___ Information ___

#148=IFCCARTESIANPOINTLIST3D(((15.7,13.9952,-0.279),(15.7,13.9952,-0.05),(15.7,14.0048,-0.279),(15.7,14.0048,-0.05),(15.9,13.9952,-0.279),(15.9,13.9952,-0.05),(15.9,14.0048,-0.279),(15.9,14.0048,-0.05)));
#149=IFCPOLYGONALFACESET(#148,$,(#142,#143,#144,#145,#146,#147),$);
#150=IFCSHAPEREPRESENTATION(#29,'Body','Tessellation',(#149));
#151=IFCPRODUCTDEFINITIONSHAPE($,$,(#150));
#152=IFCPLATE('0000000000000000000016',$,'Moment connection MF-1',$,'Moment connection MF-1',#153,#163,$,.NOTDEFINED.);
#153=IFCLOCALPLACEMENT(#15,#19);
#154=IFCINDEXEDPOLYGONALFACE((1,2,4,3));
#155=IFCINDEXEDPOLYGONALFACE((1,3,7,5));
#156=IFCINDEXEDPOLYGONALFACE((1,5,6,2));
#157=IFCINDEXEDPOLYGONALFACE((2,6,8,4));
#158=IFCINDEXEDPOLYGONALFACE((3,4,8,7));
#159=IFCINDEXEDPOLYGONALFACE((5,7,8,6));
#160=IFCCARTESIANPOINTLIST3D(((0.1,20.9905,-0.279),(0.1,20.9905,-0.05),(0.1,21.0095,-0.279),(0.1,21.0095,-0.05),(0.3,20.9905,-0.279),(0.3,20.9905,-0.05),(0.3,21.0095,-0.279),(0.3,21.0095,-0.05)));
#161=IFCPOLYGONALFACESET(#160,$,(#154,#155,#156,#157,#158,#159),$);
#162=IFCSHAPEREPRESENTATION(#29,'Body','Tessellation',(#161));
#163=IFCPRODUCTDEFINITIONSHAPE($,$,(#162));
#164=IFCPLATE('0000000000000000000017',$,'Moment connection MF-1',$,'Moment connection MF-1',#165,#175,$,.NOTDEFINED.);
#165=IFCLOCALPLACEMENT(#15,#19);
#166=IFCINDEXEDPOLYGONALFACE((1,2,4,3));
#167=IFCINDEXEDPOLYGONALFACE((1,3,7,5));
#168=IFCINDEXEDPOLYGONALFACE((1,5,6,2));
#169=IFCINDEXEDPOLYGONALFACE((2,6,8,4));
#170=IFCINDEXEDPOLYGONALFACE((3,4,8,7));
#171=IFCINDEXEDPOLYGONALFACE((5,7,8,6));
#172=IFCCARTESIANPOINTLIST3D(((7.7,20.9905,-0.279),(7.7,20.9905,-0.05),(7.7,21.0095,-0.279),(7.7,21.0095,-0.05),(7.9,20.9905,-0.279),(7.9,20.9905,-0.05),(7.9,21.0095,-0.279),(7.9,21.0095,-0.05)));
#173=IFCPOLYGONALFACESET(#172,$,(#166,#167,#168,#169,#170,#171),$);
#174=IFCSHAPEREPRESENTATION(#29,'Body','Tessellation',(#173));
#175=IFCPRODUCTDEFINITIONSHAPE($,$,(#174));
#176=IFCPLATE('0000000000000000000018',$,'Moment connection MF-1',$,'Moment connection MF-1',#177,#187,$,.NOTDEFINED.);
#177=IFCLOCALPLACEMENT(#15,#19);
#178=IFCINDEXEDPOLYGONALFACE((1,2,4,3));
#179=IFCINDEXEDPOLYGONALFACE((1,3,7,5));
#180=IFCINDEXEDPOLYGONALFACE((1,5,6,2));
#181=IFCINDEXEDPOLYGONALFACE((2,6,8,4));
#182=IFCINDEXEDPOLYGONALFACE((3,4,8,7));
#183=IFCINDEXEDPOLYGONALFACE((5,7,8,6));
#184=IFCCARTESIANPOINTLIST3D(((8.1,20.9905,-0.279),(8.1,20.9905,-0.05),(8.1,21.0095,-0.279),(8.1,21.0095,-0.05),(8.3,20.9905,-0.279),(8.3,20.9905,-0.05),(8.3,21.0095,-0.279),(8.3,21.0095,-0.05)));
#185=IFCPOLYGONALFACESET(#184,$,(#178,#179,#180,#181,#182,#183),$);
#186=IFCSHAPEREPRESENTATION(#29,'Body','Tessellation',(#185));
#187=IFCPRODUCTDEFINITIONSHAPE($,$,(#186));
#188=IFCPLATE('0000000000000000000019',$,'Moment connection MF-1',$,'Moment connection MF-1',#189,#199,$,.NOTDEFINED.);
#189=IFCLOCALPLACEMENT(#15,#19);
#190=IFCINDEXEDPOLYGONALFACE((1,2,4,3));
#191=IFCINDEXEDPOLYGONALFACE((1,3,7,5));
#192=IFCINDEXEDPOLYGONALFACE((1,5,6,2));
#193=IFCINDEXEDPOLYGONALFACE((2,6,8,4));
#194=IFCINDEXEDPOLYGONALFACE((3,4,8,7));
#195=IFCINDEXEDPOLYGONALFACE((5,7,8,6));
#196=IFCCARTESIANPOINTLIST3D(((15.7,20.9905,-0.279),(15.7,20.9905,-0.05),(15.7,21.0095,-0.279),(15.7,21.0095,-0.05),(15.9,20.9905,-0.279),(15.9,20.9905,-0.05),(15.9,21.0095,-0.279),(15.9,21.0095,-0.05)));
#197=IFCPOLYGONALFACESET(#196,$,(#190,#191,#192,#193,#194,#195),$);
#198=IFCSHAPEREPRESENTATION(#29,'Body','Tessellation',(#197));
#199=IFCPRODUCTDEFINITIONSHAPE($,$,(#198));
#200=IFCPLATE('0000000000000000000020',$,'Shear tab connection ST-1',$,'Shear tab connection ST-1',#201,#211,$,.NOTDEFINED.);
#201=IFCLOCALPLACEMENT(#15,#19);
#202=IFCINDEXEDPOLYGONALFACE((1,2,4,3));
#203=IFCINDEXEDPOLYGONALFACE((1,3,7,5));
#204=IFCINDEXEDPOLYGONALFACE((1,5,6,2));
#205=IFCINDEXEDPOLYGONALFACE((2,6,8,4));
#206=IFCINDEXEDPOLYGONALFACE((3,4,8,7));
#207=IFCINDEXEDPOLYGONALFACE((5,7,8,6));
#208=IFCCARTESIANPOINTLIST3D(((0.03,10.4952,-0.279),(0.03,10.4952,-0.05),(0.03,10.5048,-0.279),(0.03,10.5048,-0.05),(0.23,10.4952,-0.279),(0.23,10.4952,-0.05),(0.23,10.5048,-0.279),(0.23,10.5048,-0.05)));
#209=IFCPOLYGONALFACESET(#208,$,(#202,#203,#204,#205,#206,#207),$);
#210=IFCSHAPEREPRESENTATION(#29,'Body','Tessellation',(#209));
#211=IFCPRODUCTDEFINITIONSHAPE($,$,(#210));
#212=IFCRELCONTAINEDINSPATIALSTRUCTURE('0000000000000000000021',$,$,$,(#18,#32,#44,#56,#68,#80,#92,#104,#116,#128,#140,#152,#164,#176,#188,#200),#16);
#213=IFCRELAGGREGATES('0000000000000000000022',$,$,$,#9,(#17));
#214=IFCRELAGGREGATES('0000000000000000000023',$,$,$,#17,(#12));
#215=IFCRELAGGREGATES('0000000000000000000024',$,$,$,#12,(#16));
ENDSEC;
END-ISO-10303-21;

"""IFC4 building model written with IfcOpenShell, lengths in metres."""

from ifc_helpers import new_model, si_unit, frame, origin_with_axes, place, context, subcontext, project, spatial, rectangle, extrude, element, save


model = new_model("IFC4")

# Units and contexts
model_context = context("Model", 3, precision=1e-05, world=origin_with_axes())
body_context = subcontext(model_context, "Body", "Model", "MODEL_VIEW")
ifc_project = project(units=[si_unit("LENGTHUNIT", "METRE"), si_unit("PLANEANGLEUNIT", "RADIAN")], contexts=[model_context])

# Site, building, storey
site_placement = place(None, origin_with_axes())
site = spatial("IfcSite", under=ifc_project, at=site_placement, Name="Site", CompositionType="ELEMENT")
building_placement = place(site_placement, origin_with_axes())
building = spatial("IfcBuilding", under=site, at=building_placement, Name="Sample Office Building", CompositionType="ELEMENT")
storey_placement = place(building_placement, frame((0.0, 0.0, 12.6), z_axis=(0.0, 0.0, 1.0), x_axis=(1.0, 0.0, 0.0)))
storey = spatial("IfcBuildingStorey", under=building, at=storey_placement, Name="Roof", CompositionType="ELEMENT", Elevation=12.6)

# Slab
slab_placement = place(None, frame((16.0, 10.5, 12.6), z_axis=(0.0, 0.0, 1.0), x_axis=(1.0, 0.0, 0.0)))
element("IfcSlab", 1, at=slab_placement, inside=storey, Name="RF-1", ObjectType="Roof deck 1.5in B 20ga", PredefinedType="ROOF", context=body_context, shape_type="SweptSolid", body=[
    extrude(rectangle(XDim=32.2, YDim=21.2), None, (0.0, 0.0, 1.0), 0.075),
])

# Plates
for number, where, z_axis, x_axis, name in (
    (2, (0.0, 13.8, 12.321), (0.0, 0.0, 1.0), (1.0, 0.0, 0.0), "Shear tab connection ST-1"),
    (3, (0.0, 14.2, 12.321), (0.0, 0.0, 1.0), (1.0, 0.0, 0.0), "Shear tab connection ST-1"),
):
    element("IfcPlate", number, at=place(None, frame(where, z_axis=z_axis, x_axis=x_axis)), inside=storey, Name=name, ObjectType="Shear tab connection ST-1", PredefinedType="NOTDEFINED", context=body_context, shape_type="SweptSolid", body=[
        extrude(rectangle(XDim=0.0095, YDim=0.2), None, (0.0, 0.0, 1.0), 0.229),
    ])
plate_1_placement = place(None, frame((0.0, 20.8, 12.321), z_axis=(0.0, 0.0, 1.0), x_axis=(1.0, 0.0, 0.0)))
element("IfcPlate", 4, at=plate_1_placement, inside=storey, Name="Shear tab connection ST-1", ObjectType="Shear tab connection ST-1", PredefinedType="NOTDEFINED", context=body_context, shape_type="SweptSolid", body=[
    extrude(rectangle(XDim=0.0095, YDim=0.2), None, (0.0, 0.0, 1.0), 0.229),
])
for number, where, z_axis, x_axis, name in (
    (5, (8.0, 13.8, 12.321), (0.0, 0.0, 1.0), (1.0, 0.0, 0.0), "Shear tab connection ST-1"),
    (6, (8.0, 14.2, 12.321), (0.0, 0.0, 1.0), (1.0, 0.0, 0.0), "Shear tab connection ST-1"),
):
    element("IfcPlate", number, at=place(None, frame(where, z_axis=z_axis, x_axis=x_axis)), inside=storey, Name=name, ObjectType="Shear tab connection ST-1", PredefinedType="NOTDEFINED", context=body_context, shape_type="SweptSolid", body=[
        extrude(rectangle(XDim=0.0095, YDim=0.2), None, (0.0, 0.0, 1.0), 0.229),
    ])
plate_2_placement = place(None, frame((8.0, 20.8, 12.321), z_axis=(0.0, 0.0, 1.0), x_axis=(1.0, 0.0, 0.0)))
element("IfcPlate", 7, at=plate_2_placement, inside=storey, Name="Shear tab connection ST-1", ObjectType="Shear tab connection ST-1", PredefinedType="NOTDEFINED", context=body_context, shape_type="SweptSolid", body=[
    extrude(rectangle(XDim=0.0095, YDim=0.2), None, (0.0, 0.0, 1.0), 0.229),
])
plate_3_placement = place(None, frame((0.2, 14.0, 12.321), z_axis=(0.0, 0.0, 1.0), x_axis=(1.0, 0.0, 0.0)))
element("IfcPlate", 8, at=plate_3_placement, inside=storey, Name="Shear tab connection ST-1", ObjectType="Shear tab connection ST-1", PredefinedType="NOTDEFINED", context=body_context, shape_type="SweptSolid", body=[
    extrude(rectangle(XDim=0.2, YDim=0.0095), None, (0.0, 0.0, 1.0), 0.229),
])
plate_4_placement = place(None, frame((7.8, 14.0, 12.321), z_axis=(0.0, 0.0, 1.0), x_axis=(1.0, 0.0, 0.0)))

___

Work request:
The lines in the entries above that carry the word "contexts" must be copied.

Finished exercise:
# Units and contexts
ifc_project = project(units=[si_unit("LENGTHUNIT", "METRE"), si_unit("PLANEANGLEUNIT", "RADIAN")], contexts=[model_context])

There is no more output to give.